# Torn and Confused



## DCLonely (Mar 3, 2009)

Background: 
My husband and I have been married for 6 1/2 years. Before that we dated for 2 1/2 years and met 4 years before that. In other words: we've known each other for a long time!

The Marriage:
The first year of marriage is always difficult and it was no different for us. But, we came out shining! We learned to work through our differences, to talk, etc.

Over the years, however, our relationship has started to go down the drain. We hardly spend any time together any more, other than driving together from one place to another. In the evenings we when we come home from work (we carpool together), we hang up our coats, give a quick kiss and a hug, and then we're off on our separate ways. He to his study in the basement, and me to my office on the second floor. The next time we see each other is when he comes to bed hours after I do. I kind of wake-up, say good night, roll over and then go back to sleep.

This has been going on for approximately a year. We haven't had sex in longer than that - and that includes even just making out! There is no intimacy whatsoever in our relationship. 
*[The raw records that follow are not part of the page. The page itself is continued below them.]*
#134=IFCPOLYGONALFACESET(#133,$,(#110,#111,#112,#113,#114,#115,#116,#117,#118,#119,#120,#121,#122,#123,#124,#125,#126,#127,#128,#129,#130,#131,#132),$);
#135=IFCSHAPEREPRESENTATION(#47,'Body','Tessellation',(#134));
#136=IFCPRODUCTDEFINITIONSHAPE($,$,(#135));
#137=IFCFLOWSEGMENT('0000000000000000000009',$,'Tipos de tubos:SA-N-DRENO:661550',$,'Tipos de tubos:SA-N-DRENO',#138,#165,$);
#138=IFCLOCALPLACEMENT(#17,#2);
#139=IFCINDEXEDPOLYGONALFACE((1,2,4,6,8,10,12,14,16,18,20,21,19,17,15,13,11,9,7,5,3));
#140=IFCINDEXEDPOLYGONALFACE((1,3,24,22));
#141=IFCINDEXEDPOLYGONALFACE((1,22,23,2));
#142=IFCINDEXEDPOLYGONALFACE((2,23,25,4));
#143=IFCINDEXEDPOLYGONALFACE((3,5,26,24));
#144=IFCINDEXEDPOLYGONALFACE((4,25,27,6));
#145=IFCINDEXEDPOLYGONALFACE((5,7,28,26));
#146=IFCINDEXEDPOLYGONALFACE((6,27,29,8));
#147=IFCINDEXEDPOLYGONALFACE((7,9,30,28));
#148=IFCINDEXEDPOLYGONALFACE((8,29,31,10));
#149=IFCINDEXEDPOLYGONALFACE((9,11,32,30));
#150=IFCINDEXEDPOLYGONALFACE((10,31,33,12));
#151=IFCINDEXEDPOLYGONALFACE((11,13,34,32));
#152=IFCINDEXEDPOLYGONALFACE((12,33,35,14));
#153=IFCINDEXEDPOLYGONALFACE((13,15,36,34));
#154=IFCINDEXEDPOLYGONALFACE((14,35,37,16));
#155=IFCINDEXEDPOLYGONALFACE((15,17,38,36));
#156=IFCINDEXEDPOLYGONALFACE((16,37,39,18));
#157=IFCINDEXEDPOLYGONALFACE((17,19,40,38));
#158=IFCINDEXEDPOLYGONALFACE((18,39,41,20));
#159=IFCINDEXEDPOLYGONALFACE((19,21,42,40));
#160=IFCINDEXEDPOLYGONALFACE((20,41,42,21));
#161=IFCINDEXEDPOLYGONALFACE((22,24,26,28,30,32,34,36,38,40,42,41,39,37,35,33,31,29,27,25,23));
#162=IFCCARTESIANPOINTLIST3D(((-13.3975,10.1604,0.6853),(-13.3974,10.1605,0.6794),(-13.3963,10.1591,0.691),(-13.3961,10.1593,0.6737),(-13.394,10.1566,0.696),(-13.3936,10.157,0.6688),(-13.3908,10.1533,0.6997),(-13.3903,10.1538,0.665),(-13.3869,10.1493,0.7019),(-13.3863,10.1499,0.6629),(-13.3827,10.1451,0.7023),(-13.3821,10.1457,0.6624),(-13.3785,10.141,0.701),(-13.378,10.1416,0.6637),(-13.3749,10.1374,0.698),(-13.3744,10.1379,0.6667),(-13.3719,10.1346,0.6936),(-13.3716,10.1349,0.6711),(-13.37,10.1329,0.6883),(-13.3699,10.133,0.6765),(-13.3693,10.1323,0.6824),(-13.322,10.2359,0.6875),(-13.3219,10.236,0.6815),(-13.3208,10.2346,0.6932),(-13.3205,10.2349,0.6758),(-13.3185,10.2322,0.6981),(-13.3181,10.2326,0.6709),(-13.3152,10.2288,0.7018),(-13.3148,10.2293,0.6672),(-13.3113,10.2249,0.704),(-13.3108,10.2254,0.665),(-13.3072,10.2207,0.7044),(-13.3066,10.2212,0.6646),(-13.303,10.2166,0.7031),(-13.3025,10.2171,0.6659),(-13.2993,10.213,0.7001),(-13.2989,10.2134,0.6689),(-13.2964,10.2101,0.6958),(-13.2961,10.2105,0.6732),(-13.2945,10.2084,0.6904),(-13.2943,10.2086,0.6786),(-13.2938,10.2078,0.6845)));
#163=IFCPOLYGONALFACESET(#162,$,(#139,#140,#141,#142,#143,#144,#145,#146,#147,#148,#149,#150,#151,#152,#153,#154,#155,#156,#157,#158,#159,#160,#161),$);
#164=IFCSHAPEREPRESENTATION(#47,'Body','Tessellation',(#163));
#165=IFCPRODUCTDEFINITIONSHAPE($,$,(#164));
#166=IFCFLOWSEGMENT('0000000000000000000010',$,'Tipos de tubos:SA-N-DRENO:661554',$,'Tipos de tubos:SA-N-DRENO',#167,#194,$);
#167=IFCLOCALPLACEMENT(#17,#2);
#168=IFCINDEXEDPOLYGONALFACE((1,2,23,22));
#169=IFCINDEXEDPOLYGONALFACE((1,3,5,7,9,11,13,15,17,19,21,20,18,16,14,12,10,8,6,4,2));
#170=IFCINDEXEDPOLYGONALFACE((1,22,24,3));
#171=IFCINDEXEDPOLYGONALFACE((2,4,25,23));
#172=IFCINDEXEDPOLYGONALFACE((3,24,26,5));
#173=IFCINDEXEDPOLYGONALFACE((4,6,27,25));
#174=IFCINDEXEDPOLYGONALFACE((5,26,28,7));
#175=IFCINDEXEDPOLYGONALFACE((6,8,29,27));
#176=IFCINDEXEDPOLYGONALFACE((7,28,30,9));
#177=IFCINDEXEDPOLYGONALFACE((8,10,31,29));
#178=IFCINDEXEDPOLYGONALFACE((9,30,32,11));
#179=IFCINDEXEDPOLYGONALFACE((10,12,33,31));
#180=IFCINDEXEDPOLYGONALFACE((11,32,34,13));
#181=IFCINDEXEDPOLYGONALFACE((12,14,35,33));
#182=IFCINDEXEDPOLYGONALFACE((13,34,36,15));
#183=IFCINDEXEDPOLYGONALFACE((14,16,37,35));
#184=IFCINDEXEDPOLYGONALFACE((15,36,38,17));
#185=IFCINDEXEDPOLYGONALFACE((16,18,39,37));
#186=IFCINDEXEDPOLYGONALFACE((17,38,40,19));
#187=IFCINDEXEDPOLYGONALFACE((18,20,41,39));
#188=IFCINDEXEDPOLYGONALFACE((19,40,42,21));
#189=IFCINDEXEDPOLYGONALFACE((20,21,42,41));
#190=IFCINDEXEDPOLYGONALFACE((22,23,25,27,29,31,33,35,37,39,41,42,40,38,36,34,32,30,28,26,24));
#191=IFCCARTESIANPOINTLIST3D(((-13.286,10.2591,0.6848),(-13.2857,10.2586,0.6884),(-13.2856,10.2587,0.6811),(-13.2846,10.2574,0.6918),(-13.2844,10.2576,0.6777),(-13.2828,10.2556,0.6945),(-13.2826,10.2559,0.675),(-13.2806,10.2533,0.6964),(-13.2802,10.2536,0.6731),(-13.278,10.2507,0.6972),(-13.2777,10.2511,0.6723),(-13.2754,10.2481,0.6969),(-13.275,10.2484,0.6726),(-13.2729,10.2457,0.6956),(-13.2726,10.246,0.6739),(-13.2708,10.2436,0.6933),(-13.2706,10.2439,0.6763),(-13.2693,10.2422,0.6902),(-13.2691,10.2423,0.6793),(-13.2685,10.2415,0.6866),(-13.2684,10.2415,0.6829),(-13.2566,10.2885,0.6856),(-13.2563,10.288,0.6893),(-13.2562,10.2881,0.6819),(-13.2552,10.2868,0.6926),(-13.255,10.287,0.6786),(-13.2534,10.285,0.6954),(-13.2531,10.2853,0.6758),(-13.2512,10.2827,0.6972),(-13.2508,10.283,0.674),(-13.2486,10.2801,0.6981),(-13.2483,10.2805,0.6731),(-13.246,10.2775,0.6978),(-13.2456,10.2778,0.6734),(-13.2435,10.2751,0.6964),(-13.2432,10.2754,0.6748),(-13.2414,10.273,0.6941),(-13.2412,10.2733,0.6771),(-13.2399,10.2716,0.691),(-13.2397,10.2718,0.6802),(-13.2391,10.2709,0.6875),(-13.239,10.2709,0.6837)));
Part of the problem, at least on my part, is that I am no longer sexually attracted to him. I sometimes get treated as if I'm a frat brother, and that is a complete turn-off to me. I've tried saying something to him, but he thinks I'm joking and continues the behavior. Really, I don't need him farting on me (literally). It's rude and disgusting. Like I said, I've tried telling him that but it's gotten me nowhere.

Lately he has a decided to grow a beard. He's telling people it's because every man should grow a beard at some point in his life. He's told me that he'll shave it off when we have sex again. (I've told him that I hate the beard and that it's a turn-off). I'm not going to play this game of power! A marriage shouldn't be like that.

To compensate for the lack of relationship we have, I've taken on a bunch of new endeavors: I have taken a second job and I've gone back to graduate school. Additionally, I hold a prominant leadership position in a state-wide youth group, which requires a great deal of my time and energy (he also works with the group and he is a valuable adult worker).

I don't know how to get through to him! He did acknowledge, today, the lack of time that we spend together. I suggested that we pick a day of the week and make it "date night." He agreed, but I know that it'll only last for a couple of weeks. I'll get stuck planning all of the dates and he won't do a thing to plan and I'll end up getting frustrated because I'll feel like it's only one-sided. 

But, I digress. So, how do I get through to him? I'm not willing to continue to live like this. 

HELP! What on earth should I do?

~*~Lonely in DC~*~


----------



## humpty dumpty (Nov 26, 2008)

dont give up before you have tried !! you need to make more effort to spend time together .. do you want to regain your love life with him ?


----------



## DCLonely (Mar 3, 2009)

Honestly, not really. I am so turned-off by him, I don't know if I can get it back. At night if he tries to roll over and "cuddle" I feel myself cringe. I'm just not interested in him anymore.


----------



## humpty dumpty (Nov 26, 2008)

so what attracted you to him in the first place ...what was that spark...
why did you stop having sex


----------



## DCLonely (Mar 3, 2009)

I think what attracted me, at first, was the fact that it was a guy who paid attention to me. I'm not an ugly woman, but I wouldn't consider myself cute (although others tell me otherwise). All of my life I had never sought attention from anyone, and never got any either. 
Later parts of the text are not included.